WORK REQUIRED: Tally the lines of the records below that include the word "Tessellation", and write down only that tally.

Stored items
- - - - -

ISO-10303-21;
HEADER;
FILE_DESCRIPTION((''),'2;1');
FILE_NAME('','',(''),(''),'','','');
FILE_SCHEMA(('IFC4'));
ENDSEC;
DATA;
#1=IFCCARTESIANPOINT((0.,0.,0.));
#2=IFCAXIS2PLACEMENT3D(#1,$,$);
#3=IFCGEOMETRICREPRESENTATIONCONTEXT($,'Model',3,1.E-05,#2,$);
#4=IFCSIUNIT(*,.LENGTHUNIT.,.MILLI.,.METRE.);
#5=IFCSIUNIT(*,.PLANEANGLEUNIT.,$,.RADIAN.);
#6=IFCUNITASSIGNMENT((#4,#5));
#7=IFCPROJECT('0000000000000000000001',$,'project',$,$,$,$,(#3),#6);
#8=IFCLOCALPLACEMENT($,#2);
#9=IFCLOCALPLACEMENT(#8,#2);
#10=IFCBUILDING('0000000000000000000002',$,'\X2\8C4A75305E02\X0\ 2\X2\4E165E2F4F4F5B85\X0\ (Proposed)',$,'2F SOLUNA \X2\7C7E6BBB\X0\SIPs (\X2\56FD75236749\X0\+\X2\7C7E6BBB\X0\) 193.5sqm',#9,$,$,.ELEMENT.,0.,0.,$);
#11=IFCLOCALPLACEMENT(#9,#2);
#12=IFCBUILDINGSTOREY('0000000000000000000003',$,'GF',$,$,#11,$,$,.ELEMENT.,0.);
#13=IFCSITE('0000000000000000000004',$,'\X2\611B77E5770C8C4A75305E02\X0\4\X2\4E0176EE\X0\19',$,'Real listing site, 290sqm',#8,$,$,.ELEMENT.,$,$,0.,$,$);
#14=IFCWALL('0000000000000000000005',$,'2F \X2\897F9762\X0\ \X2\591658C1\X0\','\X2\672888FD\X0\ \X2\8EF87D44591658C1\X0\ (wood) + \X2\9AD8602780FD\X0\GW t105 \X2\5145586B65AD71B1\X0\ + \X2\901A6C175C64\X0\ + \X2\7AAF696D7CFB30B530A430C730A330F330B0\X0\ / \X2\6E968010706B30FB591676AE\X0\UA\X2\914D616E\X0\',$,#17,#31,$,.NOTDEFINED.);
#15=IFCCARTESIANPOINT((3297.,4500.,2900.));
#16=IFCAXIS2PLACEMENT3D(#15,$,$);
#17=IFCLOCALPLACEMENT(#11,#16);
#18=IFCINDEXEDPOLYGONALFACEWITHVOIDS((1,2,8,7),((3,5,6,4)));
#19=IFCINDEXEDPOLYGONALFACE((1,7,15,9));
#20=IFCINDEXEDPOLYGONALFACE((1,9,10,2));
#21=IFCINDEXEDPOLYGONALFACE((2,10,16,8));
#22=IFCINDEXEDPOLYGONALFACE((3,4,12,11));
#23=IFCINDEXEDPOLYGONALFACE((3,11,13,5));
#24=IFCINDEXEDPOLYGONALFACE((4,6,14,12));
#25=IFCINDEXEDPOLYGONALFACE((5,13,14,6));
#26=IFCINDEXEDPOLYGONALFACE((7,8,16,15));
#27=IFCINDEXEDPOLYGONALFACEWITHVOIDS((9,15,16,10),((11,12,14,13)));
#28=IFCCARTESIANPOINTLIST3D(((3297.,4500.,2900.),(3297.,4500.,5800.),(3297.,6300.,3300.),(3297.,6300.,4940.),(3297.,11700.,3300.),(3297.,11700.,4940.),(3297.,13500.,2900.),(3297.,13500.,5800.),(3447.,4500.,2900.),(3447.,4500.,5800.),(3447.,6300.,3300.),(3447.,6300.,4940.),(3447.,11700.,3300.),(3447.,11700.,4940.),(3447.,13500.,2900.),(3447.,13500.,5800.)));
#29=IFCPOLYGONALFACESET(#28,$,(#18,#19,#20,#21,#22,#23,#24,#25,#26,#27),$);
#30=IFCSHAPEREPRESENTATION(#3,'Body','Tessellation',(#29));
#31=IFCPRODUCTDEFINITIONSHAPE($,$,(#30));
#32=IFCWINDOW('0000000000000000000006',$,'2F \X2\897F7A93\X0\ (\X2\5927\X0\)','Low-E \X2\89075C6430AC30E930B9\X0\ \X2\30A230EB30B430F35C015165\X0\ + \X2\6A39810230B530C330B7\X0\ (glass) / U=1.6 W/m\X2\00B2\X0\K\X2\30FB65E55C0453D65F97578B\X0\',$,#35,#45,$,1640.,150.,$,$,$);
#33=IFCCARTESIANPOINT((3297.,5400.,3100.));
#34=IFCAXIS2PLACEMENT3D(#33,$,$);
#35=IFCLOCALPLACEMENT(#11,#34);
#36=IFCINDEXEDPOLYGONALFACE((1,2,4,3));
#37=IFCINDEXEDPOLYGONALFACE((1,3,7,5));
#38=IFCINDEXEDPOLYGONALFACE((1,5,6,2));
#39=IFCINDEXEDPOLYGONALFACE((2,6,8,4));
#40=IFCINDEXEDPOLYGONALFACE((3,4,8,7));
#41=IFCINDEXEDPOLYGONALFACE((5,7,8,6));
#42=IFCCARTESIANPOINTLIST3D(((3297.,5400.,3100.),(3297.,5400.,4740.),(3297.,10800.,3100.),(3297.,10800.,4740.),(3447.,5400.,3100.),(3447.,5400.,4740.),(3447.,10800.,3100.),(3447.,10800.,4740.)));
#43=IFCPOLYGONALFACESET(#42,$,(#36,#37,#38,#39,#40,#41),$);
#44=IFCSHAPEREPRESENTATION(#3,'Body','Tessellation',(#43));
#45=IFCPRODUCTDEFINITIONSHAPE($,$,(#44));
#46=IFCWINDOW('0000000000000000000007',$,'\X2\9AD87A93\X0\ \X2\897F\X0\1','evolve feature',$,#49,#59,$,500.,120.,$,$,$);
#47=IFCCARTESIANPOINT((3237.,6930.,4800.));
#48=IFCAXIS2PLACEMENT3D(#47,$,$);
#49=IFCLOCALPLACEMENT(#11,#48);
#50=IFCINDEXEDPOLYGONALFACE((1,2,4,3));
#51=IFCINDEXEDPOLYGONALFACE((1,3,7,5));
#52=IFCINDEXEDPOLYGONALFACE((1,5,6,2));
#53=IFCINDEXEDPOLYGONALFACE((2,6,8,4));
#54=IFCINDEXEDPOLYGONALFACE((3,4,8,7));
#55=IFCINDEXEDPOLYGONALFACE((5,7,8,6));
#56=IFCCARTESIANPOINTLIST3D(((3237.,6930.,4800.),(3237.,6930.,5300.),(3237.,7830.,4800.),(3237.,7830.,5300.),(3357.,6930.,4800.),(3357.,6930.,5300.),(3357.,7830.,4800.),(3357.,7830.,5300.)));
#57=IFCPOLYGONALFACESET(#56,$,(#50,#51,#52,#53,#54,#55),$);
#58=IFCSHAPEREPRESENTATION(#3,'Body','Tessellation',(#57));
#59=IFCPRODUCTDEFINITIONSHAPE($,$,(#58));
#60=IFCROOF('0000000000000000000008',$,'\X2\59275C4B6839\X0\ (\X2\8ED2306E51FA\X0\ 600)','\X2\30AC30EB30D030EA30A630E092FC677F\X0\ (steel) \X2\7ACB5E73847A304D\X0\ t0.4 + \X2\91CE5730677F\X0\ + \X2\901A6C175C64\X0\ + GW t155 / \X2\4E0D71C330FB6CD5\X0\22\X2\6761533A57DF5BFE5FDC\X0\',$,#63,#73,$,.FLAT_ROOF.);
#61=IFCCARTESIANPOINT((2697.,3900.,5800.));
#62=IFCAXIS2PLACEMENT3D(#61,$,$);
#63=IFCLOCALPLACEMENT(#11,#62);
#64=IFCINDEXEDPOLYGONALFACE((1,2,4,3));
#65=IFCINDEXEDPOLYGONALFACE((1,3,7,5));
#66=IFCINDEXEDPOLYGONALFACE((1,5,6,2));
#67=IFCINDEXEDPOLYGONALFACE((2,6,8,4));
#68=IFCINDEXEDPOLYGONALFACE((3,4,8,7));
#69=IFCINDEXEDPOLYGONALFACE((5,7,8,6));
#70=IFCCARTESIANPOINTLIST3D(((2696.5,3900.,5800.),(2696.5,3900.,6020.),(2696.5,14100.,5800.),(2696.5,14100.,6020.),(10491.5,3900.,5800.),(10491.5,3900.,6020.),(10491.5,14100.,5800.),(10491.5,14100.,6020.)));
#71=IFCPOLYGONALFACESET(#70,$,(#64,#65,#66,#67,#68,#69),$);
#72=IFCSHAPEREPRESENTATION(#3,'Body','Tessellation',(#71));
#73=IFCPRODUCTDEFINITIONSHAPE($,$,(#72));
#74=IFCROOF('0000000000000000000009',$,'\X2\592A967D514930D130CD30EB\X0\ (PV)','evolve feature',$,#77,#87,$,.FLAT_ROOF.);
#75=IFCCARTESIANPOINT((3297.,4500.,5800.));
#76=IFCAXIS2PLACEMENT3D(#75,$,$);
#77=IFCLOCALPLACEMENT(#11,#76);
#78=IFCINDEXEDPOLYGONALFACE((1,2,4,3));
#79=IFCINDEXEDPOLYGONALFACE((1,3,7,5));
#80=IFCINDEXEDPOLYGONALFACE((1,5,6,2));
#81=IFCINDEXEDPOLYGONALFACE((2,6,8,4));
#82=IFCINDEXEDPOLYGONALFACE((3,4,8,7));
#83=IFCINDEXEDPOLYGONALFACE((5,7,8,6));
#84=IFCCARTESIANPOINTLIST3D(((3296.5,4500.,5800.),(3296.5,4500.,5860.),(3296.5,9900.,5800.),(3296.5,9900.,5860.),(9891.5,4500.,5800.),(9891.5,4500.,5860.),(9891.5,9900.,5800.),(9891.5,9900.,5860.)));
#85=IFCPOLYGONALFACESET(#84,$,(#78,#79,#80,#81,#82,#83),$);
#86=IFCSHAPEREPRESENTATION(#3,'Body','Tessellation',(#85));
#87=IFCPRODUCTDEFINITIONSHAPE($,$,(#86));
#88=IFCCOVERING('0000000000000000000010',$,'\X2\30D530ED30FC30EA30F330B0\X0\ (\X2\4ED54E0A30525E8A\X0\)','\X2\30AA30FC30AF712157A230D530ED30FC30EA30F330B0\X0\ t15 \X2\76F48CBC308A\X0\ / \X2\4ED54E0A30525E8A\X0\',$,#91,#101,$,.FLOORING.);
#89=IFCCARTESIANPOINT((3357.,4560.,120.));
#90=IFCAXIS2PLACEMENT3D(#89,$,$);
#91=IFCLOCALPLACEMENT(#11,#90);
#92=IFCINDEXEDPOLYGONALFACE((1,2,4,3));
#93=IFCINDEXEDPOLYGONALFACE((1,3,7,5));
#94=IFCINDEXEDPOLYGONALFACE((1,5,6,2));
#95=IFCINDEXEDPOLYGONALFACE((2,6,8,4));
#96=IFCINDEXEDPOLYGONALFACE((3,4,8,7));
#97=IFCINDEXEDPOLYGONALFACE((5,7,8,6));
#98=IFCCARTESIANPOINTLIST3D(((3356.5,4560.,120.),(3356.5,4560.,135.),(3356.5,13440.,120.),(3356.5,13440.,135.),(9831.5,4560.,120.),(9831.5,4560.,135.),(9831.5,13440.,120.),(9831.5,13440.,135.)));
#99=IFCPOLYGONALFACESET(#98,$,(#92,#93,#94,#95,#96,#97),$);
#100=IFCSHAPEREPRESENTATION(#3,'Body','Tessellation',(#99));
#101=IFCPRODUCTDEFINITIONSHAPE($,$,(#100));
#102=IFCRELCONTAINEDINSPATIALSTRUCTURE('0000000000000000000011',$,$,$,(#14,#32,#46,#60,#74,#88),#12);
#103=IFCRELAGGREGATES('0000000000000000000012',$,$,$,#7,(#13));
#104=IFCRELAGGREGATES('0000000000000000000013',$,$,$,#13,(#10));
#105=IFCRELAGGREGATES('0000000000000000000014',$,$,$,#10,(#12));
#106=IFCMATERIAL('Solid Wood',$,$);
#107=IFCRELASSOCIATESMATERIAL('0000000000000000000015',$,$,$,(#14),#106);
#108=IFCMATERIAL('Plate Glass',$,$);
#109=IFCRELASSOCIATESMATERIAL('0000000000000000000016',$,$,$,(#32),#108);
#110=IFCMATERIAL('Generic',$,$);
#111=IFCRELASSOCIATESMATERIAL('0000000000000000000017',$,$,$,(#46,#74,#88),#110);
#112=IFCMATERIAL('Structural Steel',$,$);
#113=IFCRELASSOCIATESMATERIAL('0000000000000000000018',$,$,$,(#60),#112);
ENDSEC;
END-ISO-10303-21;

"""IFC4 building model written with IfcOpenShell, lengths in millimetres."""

from ifc_helpers import new_model, si_unit, frame, frame_2d, origin, place, context, project, spatial, rectangle, extrude, material, element, fill, save


model = new_model("IFC4")

# Units and contexts
model_context = context("Model", 3, precision=1e-05, world=origin())
ifc_project = project(units=[si_unit("LENGTHUNIT", "METRE", prefix="MILLI"), si_unit("PLANEANGLEUNIT", "RADIAN")], contexts=[model_context])

# Site, building, storey
site_placement = place(None, origin())
site = spatial("IfcSite", under=ifc_project, at=site_placement, Name="愛知県豊田市4丁目19", ObjectType="Real listing site, 290sqm", CompositionType="ELEMENT", RefElevation=0.0)
building_placement = place(site_placement, origin())
building = spatial("IfcBuilding", under=site, at=building_placement, Name="豊田市 2世帯住宅 (Proposed)", ObjectType="2F SOLUNA 籾殻SIPs (国産杉+籾殻) 193.5sqm", CompositionType="ELEMENT", ElevationOfRefHeight=0.0, ElevationOfTerrain=0.0)
storey_placement = place(building_placement, origin())
storey = spatial("IfcBuildingStorey", under=building, at=storey_placement, Name="GF", CompositionType="ELEMENT", Elevation=0.0)

# Shared definitions
ifc_material_1 = material(Name="Solid Wood")

# Shared definitions
ifc_material_2 = material(Name="Plate Glass")
ifc_material_3 = material(Name="Generic")

# Wall, openings, windows
wall_1_placement = place(storey_placement, frame((3297.0, 4500.0, 2900.0)))
wall_1 = element("IfcWall", 1, at=wall_1_placement, inside=storey, material=ifc_material_1, Name="2F 西面 外壁", Description="木製 軸組外壁 (wood) + 高性能GW t105 充填断熱 + 通気層 + 窯業系サイディング / 準耐火・外皮UA配慮", PredefinedType="NOTDEFINED", context=model_context, shape_type="SweptSolid", body=[
    extrude(rectangle(XDim=150.0, YDim=9000.0, at=frame_2d((75.0, 4500.0))), frame((3297.0, 4500.0, 2900.0)), (0.0, 0.0, 1.0), 2900.0),
])
opening_1_placement = place(storey_placement, frame((3297.0, 5400.0, 3100.0)))
opening_1 = element("IfcOpeningElement", 2, at=opening_1_placement, cuts=wall_1, PredefinedType="NOTDEFINED", context=model_context, shape_type="SweptSolid", body=[
    extrude(rectangle(XDim=150.0, YDim=5400.0, at=frame_2d((75.0, 2700.0))), frame((3297.0, 5400.0, 3100.0)), (0.0, 0.0, 1.0), 1640.0),
])
opening_2_placement = place(storey_placement, frame((3237.0, 6930.0, 4800.0)))
opening_2 = element("IfcOpeningElement", 3, at=opening_2_placement, cuts=wall_1, PredefinedType="NOTDEFINED", context=model_context, shape_type="SweptSolid", body=[
    extrude(rectangle(XDim=120.0, YDim=900.0, at=frame_2d((60.0, 450.0))), frame((3237.0, 6930.0, 4800.0)), (0.0, 0.0, 1.0), 500.0),
])
window_1_placement = place(storey_placement, frame((3297.0, 5400.0, 3100.0)))
window_1 = element("IfcWindow", 4, at=window_1_placement, inside=storey, material=ifc_material_2, Name="2F 西窓 (大)", Description="Low-E 複層ガラス アルゴン封入 + 樹脂サッシ (glass) / U=1.6 W/m²K・日射取得型", OverallHeight=1640.0, OverallWidth=150.0, context=model_context, shape_type="SweptSolid", body=[
    extrude(rectangle(XDim=150.0, YDim=5400.0, at=frame_2d((75.0, 2700.0))), frame((3297.0, 5400.0, 3100.0)), (0.0, 0.0, 1.0), 1640.0),
])
fill(opening_1, window_1)
window_2_placement = place(storey_placement, frame((3237.0, 6930.0, 4800.0)))
window_2 = element("IfcWindow", 5, at=window_2_placement, inside=storey, material=ifc_material_3, Name="高窓 西1", Description="evolve feature", OverallHeight=500.0, OverallWidth=120.0, context=model_context, shape_type="SweptSolid", body=[
    extrude(rectangle(XDim=120.0, YDim=900.0, at=frame_2d((60.0, 450.0))), frame((3237.0, 6930.0, 4800.0)), (0.0, 0.0, 1.0), 500.0),
])
fill(opening_2, window_2)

- - - - -

EXERCISE SOLUTION: 6